Of the lines below, write out exactly those from the line with "with its units" through the line with "if under is", both included, and skip the rest.

Collected data entries:
--- --- ---

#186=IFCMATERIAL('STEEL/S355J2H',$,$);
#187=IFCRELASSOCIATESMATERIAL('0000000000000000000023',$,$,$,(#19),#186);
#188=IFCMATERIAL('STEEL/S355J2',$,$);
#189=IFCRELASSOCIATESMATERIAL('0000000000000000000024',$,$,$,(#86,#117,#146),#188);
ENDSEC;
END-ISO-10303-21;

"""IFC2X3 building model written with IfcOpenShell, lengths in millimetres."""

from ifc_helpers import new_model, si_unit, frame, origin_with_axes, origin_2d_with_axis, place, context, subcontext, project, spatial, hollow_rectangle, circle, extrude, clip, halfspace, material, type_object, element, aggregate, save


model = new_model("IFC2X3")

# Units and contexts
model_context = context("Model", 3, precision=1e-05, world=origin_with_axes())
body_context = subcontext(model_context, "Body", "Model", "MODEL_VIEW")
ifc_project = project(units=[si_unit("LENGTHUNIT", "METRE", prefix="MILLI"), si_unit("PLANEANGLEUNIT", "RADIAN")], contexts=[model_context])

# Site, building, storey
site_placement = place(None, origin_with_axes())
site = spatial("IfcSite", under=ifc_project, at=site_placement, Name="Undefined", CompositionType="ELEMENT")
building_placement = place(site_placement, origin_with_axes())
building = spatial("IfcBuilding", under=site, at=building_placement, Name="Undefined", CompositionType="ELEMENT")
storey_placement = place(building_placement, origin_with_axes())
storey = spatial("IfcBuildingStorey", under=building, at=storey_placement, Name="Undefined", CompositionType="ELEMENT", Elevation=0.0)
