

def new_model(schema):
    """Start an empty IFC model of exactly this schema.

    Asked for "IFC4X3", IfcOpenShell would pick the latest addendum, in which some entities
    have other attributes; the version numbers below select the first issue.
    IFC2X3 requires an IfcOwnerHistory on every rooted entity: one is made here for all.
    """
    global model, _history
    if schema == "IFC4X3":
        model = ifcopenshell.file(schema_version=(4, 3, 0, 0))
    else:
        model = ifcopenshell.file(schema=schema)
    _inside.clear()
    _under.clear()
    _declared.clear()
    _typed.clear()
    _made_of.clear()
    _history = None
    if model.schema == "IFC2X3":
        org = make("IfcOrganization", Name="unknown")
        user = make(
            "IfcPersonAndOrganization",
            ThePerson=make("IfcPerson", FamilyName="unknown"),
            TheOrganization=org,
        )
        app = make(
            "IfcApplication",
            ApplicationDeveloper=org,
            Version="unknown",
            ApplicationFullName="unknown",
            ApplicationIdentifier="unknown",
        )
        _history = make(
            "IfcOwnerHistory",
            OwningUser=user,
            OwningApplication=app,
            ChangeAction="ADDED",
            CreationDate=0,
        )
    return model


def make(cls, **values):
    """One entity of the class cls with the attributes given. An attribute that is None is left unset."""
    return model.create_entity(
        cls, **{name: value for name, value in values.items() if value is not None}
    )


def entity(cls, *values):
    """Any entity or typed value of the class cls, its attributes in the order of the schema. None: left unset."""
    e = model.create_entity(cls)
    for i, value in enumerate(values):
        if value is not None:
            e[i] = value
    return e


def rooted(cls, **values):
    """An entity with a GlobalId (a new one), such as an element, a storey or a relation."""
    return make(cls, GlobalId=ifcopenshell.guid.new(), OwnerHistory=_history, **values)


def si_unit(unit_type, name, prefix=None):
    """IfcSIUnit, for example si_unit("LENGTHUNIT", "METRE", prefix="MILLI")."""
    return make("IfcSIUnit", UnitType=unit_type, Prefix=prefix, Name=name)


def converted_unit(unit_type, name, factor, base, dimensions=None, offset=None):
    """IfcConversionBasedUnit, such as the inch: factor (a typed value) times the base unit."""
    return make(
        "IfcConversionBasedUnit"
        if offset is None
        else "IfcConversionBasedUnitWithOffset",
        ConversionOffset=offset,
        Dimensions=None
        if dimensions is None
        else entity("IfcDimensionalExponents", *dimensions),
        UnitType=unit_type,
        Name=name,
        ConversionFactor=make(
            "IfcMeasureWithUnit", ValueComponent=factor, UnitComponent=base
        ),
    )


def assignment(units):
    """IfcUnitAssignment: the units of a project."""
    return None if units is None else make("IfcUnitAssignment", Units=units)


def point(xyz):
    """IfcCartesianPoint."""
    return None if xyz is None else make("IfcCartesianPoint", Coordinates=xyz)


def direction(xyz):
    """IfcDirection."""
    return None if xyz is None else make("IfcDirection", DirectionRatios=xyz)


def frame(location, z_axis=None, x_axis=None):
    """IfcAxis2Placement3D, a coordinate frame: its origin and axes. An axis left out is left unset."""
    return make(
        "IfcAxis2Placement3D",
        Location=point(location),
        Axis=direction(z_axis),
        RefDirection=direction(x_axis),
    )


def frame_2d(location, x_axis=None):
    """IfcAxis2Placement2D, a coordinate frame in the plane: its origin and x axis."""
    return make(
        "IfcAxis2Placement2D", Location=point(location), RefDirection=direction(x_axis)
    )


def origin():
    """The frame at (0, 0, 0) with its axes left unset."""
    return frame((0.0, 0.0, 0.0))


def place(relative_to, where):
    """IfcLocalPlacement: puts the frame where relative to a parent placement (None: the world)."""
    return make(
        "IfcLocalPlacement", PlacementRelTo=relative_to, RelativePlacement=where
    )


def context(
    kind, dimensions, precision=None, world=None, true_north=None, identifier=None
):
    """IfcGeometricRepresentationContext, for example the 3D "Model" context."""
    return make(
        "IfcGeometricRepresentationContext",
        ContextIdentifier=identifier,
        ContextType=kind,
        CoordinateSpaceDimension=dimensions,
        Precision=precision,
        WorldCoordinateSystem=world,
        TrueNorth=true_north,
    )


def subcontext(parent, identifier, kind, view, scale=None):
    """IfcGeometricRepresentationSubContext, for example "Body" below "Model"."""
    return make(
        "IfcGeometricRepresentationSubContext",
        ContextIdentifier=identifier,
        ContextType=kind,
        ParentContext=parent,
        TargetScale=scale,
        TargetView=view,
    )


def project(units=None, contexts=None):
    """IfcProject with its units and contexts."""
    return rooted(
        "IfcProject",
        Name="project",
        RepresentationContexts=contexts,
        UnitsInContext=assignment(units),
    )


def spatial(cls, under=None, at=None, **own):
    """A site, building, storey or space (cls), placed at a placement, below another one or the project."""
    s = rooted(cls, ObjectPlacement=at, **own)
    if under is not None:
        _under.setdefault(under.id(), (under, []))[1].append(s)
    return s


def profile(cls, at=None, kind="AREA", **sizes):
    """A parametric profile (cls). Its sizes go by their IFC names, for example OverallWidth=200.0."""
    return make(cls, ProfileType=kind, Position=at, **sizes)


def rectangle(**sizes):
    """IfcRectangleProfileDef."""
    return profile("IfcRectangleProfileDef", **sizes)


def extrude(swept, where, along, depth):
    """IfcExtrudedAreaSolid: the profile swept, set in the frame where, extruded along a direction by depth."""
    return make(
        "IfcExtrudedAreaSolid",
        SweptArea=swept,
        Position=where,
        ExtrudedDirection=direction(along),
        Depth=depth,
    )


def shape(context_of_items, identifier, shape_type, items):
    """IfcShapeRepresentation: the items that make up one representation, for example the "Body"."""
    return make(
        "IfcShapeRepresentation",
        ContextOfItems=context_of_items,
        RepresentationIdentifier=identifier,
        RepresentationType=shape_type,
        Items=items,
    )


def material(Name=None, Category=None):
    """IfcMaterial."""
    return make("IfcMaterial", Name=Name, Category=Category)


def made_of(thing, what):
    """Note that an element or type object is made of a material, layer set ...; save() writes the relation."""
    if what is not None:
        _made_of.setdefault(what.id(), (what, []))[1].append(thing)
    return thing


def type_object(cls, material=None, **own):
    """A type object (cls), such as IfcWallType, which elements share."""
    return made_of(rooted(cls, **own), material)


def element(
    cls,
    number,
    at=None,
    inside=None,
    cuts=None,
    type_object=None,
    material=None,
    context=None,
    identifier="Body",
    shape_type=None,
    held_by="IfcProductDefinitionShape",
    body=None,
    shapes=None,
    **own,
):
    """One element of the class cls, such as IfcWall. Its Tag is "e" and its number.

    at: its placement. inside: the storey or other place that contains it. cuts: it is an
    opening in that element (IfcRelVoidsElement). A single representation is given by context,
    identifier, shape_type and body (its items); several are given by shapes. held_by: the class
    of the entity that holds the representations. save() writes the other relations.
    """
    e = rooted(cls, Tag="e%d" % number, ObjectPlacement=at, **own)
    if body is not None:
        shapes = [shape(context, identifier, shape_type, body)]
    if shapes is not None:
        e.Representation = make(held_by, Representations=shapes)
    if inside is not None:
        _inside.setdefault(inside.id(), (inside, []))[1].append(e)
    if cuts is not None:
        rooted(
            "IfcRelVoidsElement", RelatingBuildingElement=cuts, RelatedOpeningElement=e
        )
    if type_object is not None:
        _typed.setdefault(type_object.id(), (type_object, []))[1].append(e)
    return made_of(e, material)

--- --- ---

THE COMPLETED TASK:
    """IfcProject with its units and contexts."""
    return rooted(
        "IfcProject",
        Name="project",
        RepresentationContexts=contexts,
        UnitsInContext=assignment(units),
    )


def spatial(cls, under=None, at=None, **own):
    """A site, building, storey or space (cls), placed at a placement, below another one or the project."""
    s = rooted(cls, ObjectPlacement=at, **own)
    if under is not None:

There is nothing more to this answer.